L’adoption de ces nouveaux modes d’alimentation, marque-t-elle une évolution de notre société ?

Si dans l’Antiquité Hippocrate préconisait déjà de faire de notre alimentation notre première médecine, on observe depuis la fin du XXe siècle la diffusion d’un nouveau diktat dans notre société : manger mieux, manger sain. La progressive médicalisation de l’alimentation va de pair avec son individualisation, car elle renvoie à l’idée qu’il est nécessaire et possible d’établir une correspondance parfaite entre les besoins nutritionnels spécifiques d’une personne et ce qu’elle mange. Aux Etats-Unis par exemple, le processus d’individualisation de l’alimentation est beaucoup plus avancé. Les américains sont très attachés à leur liberté de choisir. Mais cette liberté a un prix : celui de la responsabilité et de la culpabilité lorsque l’on ne fait pas les « bons » choix. L’individualisation de l’alimentation met en péril le plaisir de manger ensemble ; la convivialité du repas qui est si chère à notre culture. Adopter un régime particulier, empêche de manger comme les autres et prive de la possibilité du partage. Le risque des régimes en général et du régime sans gluten en particulier, c’est la désocialisation des pratiques alimentaires et à terme l’isolement du mangeur. Ne pas manger comme les autres empêche de participer pleinement au repas. En France le repas reste un moment et une occasion importante de participation sociale et il peut être dangereux de s’en priver.

Le gluten est constitué de 2 familles de protéines : les gliadines et les gluténines. Ces protéines sont très riches en 2 acides aminés : la glutamine et la proline, que l’on appelle les prolamines, ce sont ces protéines qui donnent l’élasticité aux pâtes ou au pain. Elles sont présentes dans l’albumen du blé, de l’orge, du seigle, de l’épeautre, du kamut, et du boulgour. Les céréales sans gluten sont le maïs, le sarrasin, le riz, le millet, le quinoa.

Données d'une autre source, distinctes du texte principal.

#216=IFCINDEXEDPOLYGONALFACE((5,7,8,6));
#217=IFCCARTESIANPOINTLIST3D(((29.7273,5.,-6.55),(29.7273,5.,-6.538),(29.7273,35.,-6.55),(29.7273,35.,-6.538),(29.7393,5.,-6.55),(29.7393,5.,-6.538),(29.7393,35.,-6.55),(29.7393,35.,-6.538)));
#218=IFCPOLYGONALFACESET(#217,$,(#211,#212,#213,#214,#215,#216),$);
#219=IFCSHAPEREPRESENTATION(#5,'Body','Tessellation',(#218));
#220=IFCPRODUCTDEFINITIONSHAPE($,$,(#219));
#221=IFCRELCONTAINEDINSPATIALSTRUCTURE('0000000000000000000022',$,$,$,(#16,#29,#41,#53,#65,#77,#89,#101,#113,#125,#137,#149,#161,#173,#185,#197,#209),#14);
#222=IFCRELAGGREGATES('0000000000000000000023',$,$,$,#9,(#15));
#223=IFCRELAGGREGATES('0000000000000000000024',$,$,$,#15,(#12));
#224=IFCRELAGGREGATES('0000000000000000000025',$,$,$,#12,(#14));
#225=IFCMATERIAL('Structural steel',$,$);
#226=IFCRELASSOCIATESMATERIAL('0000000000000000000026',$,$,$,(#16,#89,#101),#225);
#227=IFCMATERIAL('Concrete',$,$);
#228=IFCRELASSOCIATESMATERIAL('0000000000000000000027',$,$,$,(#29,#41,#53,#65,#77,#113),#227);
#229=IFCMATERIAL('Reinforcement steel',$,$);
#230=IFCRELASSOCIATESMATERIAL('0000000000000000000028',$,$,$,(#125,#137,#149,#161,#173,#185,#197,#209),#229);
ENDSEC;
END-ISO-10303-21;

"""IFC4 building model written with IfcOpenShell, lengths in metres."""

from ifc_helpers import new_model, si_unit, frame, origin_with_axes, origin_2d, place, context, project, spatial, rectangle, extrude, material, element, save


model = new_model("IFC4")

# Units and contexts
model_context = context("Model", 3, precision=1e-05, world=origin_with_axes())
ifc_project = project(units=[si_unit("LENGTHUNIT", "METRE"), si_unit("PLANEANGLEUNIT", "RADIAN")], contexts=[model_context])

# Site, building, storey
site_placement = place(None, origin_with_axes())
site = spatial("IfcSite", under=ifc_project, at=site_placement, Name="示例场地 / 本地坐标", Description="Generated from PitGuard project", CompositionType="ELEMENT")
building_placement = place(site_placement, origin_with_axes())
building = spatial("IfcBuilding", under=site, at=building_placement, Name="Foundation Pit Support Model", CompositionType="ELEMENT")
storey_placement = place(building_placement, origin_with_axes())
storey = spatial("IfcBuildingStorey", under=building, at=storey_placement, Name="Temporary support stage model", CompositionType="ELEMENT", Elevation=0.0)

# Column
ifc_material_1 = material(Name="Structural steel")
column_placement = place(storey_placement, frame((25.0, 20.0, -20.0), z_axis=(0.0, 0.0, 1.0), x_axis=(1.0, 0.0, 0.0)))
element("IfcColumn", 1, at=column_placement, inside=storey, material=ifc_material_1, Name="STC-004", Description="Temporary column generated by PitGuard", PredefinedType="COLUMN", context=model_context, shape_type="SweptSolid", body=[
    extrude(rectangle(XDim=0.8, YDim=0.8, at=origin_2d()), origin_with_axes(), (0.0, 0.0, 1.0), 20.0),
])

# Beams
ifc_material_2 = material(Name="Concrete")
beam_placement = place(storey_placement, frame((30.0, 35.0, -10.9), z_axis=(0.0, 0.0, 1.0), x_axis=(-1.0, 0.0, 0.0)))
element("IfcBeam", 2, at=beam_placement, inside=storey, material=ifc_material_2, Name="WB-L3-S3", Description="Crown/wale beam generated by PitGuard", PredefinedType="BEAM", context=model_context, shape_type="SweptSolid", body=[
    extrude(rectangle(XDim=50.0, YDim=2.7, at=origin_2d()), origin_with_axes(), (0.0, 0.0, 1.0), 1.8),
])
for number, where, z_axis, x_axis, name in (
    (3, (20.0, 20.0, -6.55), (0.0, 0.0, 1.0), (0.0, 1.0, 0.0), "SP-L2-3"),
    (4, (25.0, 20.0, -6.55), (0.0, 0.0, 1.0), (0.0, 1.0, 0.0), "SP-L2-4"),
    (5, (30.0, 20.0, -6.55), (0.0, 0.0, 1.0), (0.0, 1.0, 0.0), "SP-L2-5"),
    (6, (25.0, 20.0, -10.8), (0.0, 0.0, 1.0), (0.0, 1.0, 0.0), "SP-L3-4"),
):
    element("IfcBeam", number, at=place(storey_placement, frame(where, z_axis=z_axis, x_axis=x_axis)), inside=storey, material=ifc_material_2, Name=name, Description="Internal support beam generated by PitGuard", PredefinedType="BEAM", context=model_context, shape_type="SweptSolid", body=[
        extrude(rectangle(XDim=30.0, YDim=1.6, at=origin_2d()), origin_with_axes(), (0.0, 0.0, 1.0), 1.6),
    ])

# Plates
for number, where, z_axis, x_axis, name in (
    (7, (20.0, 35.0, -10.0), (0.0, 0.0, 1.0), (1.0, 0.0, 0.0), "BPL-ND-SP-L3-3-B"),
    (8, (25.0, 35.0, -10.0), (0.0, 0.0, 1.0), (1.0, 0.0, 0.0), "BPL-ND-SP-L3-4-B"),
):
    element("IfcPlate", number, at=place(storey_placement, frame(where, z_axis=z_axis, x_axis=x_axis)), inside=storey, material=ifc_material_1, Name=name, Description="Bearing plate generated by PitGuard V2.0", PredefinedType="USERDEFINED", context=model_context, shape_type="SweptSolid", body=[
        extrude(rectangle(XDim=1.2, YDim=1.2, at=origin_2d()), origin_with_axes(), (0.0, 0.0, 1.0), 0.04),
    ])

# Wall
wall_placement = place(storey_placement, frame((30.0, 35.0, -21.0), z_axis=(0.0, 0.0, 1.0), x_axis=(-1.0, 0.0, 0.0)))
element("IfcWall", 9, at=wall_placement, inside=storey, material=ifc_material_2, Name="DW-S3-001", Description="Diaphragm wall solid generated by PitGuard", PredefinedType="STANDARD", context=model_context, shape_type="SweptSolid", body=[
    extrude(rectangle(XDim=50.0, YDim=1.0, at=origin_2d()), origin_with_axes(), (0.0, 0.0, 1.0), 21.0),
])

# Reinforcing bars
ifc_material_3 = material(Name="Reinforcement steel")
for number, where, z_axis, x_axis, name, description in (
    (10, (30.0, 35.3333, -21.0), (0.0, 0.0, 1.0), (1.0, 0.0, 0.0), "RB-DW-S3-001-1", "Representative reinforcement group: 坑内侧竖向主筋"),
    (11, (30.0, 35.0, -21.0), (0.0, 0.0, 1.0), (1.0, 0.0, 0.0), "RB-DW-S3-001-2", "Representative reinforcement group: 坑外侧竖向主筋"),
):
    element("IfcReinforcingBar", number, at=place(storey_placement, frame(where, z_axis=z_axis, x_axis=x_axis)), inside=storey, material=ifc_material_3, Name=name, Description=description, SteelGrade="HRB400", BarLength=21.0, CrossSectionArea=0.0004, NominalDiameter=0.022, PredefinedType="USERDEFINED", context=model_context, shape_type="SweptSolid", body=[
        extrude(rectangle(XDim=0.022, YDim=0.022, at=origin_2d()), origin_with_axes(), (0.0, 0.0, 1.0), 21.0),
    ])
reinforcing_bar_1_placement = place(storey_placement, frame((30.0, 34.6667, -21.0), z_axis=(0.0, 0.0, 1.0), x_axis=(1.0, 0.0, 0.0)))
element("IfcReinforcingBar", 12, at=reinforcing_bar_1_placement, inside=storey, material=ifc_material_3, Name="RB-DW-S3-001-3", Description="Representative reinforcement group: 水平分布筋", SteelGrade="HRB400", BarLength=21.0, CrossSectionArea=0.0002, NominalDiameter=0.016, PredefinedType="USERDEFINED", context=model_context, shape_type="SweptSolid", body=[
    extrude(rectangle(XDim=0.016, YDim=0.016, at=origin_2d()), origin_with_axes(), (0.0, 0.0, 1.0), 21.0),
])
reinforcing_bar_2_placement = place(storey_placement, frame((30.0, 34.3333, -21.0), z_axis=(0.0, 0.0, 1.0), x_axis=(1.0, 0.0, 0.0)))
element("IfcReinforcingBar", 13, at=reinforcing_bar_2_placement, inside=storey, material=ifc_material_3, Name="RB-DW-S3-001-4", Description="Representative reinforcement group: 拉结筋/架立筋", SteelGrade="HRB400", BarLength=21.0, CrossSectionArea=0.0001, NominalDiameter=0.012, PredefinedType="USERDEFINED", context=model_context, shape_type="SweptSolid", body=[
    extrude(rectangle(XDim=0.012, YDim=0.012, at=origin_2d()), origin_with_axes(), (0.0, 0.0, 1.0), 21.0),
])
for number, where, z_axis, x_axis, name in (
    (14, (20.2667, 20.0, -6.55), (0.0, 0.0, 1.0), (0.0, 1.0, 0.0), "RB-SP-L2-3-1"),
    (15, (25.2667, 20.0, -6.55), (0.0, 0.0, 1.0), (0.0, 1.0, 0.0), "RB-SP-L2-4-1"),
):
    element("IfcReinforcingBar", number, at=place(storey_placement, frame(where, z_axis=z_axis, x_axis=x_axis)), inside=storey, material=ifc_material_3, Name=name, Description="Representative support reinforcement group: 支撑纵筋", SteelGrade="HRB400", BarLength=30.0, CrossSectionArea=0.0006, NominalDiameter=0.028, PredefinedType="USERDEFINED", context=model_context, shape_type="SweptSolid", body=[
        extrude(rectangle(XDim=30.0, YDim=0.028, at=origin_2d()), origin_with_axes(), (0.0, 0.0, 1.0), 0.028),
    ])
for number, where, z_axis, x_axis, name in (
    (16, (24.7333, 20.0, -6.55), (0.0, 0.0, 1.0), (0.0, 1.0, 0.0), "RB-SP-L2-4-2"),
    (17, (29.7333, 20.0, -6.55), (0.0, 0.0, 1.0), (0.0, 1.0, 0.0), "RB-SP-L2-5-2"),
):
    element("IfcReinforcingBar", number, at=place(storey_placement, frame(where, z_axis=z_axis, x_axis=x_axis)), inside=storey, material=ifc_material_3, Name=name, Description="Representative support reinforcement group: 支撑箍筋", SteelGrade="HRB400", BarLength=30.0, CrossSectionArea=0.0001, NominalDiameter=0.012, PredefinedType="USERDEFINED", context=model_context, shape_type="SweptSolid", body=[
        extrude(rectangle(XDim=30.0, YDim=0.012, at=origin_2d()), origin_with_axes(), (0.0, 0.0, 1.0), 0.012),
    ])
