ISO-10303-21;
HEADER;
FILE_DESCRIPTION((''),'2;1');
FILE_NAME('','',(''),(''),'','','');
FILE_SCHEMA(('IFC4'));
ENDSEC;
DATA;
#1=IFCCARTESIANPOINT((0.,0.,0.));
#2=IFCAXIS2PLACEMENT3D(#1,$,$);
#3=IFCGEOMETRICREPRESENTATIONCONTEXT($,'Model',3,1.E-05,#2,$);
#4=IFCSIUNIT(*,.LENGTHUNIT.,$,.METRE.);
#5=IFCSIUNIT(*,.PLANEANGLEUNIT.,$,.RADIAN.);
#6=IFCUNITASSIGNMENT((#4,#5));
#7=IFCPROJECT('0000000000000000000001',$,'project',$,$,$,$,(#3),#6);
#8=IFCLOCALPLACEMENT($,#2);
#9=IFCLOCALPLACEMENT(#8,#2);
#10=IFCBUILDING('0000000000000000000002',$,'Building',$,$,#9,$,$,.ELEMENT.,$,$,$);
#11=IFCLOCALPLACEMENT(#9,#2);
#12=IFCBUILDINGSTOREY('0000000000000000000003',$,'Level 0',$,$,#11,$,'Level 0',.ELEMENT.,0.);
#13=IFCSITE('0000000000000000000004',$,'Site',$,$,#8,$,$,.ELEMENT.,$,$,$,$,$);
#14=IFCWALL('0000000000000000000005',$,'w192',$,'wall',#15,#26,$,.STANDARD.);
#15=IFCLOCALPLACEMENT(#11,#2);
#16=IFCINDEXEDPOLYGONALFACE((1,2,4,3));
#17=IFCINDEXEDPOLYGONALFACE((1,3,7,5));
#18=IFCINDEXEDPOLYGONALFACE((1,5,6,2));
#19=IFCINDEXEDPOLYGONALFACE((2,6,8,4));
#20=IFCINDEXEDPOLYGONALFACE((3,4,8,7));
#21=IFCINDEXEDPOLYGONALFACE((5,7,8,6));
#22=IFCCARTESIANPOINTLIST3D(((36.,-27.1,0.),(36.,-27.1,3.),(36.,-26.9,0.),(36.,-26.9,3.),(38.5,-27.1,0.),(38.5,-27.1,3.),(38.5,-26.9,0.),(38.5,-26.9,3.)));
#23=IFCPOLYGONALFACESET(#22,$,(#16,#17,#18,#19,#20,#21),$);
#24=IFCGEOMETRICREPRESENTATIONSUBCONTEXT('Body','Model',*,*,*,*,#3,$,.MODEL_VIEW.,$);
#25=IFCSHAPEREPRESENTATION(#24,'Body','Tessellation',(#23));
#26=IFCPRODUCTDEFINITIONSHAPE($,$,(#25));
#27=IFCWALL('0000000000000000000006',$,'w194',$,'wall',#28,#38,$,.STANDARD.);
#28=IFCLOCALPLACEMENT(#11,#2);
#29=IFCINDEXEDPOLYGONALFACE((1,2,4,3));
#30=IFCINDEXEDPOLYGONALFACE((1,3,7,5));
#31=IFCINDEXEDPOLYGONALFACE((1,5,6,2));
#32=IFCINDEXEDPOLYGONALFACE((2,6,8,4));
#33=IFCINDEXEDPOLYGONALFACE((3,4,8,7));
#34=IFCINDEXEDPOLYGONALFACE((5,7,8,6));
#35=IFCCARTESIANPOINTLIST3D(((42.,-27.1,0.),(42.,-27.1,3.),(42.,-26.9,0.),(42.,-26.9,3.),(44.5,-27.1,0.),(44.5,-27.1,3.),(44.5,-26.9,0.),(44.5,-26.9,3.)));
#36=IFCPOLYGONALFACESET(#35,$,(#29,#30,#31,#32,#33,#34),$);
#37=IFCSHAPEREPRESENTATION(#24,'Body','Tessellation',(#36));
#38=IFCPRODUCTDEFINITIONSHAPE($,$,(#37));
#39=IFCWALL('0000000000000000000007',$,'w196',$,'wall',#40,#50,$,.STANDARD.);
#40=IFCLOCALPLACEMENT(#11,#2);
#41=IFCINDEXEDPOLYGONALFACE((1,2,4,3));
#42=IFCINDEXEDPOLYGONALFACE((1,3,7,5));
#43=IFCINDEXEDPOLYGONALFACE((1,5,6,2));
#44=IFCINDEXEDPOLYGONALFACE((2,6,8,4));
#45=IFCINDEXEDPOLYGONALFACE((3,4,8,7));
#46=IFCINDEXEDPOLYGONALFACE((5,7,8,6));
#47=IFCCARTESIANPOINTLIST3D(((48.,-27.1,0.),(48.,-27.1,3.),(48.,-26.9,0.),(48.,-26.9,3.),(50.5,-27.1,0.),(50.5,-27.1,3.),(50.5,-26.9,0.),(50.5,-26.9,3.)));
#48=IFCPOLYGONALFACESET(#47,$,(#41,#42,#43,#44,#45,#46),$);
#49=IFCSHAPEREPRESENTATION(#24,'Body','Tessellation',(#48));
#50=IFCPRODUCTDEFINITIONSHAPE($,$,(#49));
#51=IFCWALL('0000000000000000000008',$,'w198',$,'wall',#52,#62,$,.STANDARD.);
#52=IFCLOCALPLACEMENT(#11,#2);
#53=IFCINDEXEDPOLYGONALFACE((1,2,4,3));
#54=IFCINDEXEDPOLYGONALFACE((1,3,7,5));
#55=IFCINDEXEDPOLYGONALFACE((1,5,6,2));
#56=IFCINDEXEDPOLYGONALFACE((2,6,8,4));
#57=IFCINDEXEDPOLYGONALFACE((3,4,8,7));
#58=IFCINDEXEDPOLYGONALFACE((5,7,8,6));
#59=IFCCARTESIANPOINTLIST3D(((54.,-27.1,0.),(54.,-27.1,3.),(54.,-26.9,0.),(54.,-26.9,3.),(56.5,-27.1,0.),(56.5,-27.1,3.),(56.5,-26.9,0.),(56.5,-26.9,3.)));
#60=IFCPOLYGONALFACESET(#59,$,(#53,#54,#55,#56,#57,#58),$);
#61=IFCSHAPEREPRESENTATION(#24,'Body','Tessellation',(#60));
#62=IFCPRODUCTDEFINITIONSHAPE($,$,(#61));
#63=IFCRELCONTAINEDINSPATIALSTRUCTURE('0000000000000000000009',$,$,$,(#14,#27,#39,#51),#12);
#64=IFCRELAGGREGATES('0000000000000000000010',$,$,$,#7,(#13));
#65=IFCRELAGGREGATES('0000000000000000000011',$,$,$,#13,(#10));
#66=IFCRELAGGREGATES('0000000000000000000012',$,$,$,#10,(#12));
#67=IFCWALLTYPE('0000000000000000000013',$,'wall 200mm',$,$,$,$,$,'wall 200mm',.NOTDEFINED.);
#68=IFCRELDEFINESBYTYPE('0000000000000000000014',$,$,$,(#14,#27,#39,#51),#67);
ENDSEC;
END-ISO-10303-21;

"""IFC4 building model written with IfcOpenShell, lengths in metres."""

from ifc_helpers import new_model, si_unit, frame, frame_2d, origin, place, context, subcontext, project, spatial, rectangle, extrude, type_object, element, save


model = new_model("IFC4")

# Units and contexts
model_context = context("Model", 3, precision=1e-05, world=origin())
body_context = subcontext(model_context, "Body", "Model", "MODEL_VIEW")
ifc_project = project(units=[si_unit("LENGTHUNIT", "METRE"), si_unit("PLANEANGLEUNIT", "RADIAN")], contexts=[model_context])

# Site, building, storey
site_placement = place(None, origin())
site = spatial("IfcSite", under=ifc_project, at=site_placement, Name="Site", CompositionType="ELEMENT")
building_placement = place(site_placement, origin())
building = spatial("IfcBuilding", under=site, at=building_placement, Name="Building", CompositionType="ELEMENT")
storey_placement = place(building_placement, origin())
storey = spatial("IfcBuildingStorey", under=building, at=storey_placement, Name="Level 0", LongName="Level 0", CompositionType="ELEMENT", Elevation=0.0)

# Walls
wall_type = type_object("IfcWallType", Name="wall 200mm", ElementType="wall 200mm", PredefinedType="NOTDEFINED")
for number, where, z_axis, x_axis, name in (
    (1, (36.0, -27.0, 0.0), (0.0, 0.0, 1.0), (1.0, 0.0, 0.0), "w192"),
    (2, (42.0, -27.0, 0.0), (0.0, 0.0, 1.0), (1.0, 0.0, 0.0), "w194"),
    (3, (48.0, -27.0, 0.0), (0.0, 0.0, 1.0), (1.0, 0.0, 0.0), "w196"),
    (4, (54.0, -27.0, 0.0), (0.0, 0.0, 1.0), (1.0, 0.0, 0.0), "w198"),
):
    element("IfcWall", number, at=place(storey_placement, frame(where, z_axis=z_axis, x_axis=x_axis)), inside=storey, type_object=wall_type, Name=name, ObjectType="wall", PredefinedType="STANDARD", context=body_context, shape_type="SweptSolid", body=[
        extrude(rectangle(XDim=2.5, YDim=0.2, at=frame_2d((1.25, 0.0))), origin(), (0.0, 0.0, 1.0), 3.0),
    ])

save(model, "model.ifc")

La maladie cœliaque est le plus souvent diagnostiquée à l’âge adulte, mais elle peut apparaitre dès l’enfance. Les symptômes les plus caractéristiques sont  des diarrhées récurrentes, des douleurs abdominales chroniques, parfois du sang dans les selles, ils apparaissent dans l’heure qui suit l’ingestion de produits céréaliers. Mais les signes peuvent être totalement atypiques : fatigue, anémies ou autres carences comme le manque de vitamine D, une ostéoporose précoce ou de simples petits troubles digestifs (constipation inhabituelles).